- Tumor angiogenesis is caused by single melanoma cells in a manner dependent on reactive oxygen species and NF-κB.
Tumor angiogenesis is caused by single melanoma cells in a manner dependent on reactive oxygen species and NF-κB.
Melanomas have a high angiogenic potential, but respond poorly to medical treatment and metastasize very early. To understand the early events in tumor angiogenesis, animal models with high tumor resolution and blood vessel resolution are required, which provide the opportunity to test the ability of small molecule inhibitors to modulate the angiogenic tumor program. We have established a transgenic melanoma angiogenesis model in the small laboratory fish species Japanese medaka. Here, pigment cells are transformed by an oncogenic receptor tyrosine kinase in fish expressing GFP throughout their vasculature.
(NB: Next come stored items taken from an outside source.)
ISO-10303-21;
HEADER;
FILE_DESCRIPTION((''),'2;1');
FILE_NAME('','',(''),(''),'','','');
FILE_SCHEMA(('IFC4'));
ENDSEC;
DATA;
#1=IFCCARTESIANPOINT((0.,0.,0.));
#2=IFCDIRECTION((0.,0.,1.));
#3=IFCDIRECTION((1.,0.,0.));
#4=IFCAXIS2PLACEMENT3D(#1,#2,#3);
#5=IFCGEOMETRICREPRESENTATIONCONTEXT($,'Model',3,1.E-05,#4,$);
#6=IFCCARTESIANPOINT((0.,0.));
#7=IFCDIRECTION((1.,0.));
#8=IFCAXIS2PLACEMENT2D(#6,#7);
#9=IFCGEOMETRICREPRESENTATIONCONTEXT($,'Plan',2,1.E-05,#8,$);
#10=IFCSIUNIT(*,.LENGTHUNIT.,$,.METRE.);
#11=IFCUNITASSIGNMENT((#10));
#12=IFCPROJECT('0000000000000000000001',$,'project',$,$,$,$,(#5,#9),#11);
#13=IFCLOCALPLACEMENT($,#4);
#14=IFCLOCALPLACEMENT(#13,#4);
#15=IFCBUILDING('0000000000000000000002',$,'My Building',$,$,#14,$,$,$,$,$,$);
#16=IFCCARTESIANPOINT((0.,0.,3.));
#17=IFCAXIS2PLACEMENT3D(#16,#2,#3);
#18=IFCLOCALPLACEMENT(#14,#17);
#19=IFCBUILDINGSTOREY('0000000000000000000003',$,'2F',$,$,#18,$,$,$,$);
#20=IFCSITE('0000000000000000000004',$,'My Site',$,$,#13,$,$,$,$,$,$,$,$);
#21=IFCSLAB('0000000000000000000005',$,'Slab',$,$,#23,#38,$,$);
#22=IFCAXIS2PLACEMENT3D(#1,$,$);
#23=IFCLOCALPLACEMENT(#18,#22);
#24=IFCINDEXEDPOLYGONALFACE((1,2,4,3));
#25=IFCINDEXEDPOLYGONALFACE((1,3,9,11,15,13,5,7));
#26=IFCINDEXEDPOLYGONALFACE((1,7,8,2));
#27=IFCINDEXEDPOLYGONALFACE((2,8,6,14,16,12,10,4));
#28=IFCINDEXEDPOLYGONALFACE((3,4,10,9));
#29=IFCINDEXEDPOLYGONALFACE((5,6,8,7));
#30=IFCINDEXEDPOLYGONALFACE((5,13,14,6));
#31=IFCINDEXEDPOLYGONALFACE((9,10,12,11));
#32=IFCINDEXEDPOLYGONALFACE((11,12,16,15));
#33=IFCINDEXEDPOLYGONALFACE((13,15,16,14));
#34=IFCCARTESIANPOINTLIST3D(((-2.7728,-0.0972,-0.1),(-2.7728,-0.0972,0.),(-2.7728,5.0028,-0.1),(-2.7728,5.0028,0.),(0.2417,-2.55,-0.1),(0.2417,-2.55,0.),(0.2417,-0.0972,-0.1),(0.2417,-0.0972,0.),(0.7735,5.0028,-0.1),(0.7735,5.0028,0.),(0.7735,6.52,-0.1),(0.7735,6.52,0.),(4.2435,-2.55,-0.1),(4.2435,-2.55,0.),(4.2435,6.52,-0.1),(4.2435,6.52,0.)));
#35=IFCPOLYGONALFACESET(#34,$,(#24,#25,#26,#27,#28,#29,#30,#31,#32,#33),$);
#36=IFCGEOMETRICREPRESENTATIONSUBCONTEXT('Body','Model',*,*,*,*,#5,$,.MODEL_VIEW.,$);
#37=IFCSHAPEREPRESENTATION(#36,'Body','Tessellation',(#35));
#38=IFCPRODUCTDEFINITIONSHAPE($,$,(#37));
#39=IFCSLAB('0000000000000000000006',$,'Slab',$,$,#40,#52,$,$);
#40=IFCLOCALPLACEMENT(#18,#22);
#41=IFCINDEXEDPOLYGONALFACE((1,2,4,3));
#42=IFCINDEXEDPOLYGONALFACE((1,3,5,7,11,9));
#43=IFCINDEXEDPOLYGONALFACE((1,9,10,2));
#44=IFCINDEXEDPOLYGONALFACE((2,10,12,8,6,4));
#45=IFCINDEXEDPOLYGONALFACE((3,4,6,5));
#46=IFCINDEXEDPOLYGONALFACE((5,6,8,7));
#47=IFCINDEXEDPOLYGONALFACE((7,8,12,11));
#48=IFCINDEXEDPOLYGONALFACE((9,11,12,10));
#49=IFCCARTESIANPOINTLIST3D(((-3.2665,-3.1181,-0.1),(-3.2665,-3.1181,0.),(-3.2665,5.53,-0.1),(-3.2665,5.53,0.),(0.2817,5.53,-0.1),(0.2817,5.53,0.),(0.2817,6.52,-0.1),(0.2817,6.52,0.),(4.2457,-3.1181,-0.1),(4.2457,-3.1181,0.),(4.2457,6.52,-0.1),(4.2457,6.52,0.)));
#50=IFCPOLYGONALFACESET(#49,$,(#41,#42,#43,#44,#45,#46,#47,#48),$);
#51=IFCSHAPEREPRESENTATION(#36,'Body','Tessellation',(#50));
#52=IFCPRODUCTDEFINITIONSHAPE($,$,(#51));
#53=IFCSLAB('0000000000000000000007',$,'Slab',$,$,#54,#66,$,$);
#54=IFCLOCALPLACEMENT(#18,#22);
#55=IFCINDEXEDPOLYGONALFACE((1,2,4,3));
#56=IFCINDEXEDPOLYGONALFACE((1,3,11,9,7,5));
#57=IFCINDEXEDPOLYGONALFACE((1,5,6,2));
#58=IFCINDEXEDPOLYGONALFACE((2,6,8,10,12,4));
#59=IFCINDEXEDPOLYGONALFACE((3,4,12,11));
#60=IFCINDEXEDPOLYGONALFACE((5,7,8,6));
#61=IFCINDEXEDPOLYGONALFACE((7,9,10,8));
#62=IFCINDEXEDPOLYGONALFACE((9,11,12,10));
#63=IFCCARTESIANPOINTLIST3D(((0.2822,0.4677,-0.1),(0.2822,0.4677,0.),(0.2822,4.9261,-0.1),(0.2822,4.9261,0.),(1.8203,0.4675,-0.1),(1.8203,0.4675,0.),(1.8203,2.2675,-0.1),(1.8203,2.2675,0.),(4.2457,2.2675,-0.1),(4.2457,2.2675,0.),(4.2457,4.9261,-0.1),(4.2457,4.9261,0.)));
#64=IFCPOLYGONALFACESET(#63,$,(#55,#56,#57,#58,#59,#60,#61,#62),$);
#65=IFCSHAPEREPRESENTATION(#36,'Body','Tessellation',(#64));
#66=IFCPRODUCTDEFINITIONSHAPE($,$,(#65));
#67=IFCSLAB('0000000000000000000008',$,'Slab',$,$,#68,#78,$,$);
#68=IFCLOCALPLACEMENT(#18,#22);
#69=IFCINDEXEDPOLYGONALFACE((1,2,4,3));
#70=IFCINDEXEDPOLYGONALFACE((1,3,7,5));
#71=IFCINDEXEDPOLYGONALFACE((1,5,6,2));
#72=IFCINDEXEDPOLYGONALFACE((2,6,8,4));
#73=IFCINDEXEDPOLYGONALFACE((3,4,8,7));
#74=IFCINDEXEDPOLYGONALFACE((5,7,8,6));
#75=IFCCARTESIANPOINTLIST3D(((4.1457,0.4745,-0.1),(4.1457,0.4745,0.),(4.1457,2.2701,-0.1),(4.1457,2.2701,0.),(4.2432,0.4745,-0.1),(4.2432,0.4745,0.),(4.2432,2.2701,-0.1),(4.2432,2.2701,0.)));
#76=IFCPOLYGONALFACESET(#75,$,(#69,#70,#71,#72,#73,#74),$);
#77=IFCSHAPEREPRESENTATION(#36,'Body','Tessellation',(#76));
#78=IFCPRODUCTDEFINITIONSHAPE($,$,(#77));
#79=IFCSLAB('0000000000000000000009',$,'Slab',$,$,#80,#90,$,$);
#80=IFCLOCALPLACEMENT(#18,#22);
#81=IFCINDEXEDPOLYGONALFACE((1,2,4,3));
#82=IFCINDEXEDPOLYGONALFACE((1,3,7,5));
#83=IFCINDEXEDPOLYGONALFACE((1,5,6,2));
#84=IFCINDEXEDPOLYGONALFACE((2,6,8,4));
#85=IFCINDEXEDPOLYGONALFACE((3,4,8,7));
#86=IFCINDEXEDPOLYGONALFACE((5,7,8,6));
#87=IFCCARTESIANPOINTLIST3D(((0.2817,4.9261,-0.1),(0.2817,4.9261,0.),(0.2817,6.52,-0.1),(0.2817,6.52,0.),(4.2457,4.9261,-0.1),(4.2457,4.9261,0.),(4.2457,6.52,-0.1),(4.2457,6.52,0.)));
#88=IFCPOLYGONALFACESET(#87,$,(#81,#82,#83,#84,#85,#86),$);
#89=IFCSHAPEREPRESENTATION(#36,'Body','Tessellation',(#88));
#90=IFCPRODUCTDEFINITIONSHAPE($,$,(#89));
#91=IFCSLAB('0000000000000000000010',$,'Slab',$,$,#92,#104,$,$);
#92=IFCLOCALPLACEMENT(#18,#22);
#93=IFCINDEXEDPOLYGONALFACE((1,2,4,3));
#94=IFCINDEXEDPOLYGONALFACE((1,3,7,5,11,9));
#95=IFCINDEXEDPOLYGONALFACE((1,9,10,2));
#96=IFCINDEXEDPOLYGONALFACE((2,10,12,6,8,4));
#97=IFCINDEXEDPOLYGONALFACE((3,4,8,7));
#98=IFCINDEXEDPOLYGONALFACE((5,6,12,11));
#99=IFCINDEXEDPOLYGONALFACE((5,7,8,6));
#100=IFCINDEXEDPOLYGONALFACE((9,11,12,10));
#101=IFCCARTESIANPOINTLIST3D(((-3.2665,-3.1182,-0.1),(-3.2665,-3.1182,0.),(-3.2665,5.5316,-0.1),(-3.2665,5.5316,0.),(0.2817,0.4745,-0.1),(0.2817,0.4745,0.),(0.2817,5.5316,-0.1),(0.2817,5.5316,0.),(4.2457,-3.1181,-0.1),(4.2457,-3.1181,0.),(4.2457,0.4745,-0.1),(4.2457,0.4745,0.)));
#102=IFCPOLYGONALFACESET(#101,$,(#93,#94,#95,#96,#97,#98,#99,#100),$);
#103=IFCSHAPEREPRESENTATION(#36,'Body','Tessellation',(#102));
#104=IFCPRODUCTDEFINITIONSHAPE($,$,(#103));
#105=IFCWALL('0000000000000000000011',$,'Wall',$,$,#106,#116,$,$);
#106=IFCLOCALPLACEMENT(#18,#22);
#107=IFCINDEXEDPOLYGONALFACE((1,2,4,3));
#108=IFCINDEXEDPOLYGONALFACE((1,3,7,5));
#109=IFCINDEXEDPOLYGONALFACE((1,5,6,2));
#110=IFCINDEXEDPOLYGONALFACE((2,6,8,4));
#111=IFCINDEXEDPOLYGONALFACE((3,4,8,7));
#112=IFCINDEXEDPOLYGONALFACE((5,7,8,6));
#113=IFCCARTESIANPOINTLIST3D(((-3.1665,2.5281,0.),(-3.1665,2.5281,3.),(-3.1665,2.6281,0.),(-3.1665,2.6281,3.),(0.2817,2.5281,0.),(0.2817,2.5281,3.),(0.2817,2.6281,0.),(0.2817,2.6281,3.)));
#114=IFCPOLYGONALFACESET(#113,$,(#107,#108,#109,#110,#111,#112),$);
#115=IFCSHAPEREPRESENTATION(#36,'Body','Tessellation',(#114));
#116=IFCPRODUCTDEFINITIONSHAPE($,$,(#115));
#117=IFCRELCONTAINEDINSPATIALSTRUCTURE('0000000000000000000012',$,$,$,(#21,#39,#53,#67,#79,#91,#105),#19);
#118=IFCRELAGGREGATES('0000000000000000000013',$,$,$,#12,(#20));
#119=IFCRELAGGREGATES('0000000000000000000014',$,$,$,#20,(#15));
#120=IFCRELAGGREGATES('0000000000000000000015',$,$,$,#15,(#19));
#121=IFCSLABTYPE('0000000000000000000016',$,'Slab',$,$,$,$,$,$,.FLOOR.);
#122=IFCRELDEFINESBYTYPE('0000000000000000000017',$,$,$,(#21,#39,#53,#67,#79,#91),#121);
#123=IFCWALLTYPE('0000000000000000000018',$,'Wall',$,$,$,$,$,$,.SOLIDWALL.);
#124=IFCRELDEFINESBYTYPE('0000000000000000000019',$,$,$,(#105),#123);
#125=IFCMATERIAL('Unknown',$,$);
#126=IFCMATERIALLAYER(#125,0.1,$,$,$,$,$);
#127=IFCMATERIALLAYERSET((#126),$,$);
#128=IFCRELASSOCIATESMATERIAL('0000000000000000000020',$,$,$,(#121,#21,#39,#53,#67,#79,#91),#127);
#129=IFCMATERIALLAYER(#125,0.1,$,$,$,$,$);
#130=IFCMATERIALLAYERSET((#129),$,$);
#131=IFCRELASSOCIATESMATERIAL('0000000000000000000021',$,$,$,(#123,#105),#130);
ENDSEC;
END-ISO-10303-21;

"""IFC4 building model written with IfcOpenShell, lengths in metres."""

from ifc_helpers import new_model, si_unit, frame, origin_with_axes, origin_2d_with_axis, place, context, subcontext, project, spatial, line, indexed_curve, outline, extrude, material, layer, layer_set, layer_usage, type_object, element, save


model = new_model("IFC4")

# Units and contexts
model_context = context("Model", 3, precision=1e-05, world=origin_with_axes())
plan_context = context("Plan", 2, precision=1e-05, world=origin_2d_with_axis())
body_context_1 = subcontext(model_context, "Body", "Model", "MODEL_VIEW")
ifc_project = project(units=[si_unit("LENGTHUNIT", "METRE")], contexts=[model_context, plan_context])

# Site, building, storey
site_placement = place(None, origin_with_axes())
site = spatial("IfcSite", under=ifc_project, at=site_placement, Name="My Site")
building_placement = place(site_placement, origin_with_axes())
building = spatial("IfcBuilding", under=site, at=building_placement, Name="My Building")
storey_placement = place(building_placement, frame((0.0, 0.0, 3.0), z_axis=(0.0, 0.0, 1.0), x_axis=(1.0, 0.0, 0.0)))
storey = spatial("IfcBuildingStorey", under=building, at=storey_placement, Name="2F")

# Slabs
ifc_material = material(Name="Unknown")
ifc_layer_1 = layer(ifc_material, 0.1)
ifc_layer_set_1 = layer_set([ifc_layer_1])
ifc_layer_usage_1 = layer_usage(ifc_layer_set_1, "AXIS3", "POSITIVE", -0.1)
slab_type = type_object("IfcSlabType", Name="Slab", PredefinedType="FLOOR", material=ifc_layer_set_1)
slab_1_placement = place(storey_placement, frame((4.2435, -2.55, 0.0), z_axis=(0.0, 0.0, 1.0), x_axis=(1.0, 0.0, 0.0)))
element("IfcSlab", 1, at=slab_1_placement, inside=storey, type_object=slab_type, material=ifc_layer_usage_1, Name="Slab", context=body_context_1, shape_type="SweptSolid", body=[
    extrude(outline(indexed_curve([(0.0, 0.0), (0.0, 9.07), (-3.47, 9.07), (-3.47, 7.5528), (-7.0163, 7.5528), (-7.0163, 2.4528), (-4.0018, 2.4528), (-4.0018, 0.0), (0.0, 0.0)])), frame((0.0, 0.0, -0.1), z_axis=(0.0, 0.0, 1.0), x_axis=(1.0, 0.0, 0.0)), (0.0, 0.0, 1.0), 0.1),
])
ifc_layer_usage_2 = layer_usage(ifc_layer_set_1, "AXIS3", "POSITIVE", -0.1)
slab_2_placement = place(storey_placement, frame((4.2457, -3.1181, 0.0), z_axis=(0.0, 0.0, 1.0), x_axis=(1.0, 0.0, 0.0)))
element("IfcSlab", 2, at=slab_2_placement, inside=storey, type_object=slab_type, material=ifc_layer_usage_2, Name="Slab", context=body_context_1, shape_type="SweptSolid", body=[
    extrude(outline(indexed_curve([(0.0, 0.0), (0.0, 9.6381), (-3.964, 9.6381), (-3.964, 8.6481), (-7.5122, 8.6481), (-7.5122, 0.0), (0.0, 0.0)])), frame((0.0, 0.0, -0.1), z_axis=(0.0, 0.0, 1.0), x_axis=(1.0, 0.0, 0.0)), (0.0, 0.0, 1.0), 0.1),
])
ifc_layer_usage_3 = layer_usage(ifc_layer_set_1, "AXIS3", "POSITIVE", -0.1)
slab_3_placement = place(storey_placement, frame((1.8203, 0.4675, 0.0), z_axis=(0.0, 0.0, 1.0), x_axis=(1.0, 0.0, 0.0)))
element("IfcSlab", 3, at=slab_3_placement, inside=storey, type_object=slab_type, material=ifc_layer_usage_3, Name="Slab", context=body_context_1, shape_type="SweptSolid", body=[
    extrude(outline(indexed_curve([(0.0, 0.0), (0.0, 1.8), (2.4254, 1.8), (2.4254, 4.4586), (-1.5381, 4.4586), (-1.5381, 0.0002), (0.0, 0.0)])), frame((0.0, 0.0, -0.1), z_axis=(0.0, 0.0, 1.0), x_axis=(1.0, 0.0, 0.0)), (0.0, 0.0, 1.0), 0.1),
])
ifc_layer_usage_4 = layer_usage(ifc_layer_set_1, "AXIS3", "POSITIVE", -0.1)
slab_4_placement = place(storey_placement, frame((4.1457, 0.4745, 0.0), z_axis=(0.0, 0.0, 1.0), x_axis=(1.0, 0.0, 0.0)))
element("IfcSlab", 4, at=slab_4_placement, inside=storey, type_object=slab_type, material=ifc_layer_usage_4, Name="Slab", context=body_context_1, shape_type="SweptSolid", body=[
We show that angiogenesis occurs in a reactive oxygen species (ROS)- and NF-κB-dependent, but hypoxia-independent manner. Intriguingly, we observed that blood vessel sprouting is induced even by single transformed pigment cells. The oncogenic receptor as well as human melanoma cells harboring other oncogenes caused the production of pro-angiogenic factors, most prominently angiogenin, through NF-κB signaling. Inhibiting NF-κB prevented tumor angiogenesis and led to the regression of existing tumor blood vessels. In conclusion, our high-resolution medaka melanoma model discloses that ROS and NF-κB signaling from single tumor cells causes hypoxia-independent angiogenesis, thus, demonstrating that the intrinsic malignant tumor cell features are sufficient to initiate and maintain a pro-angiogenic signaling threshold.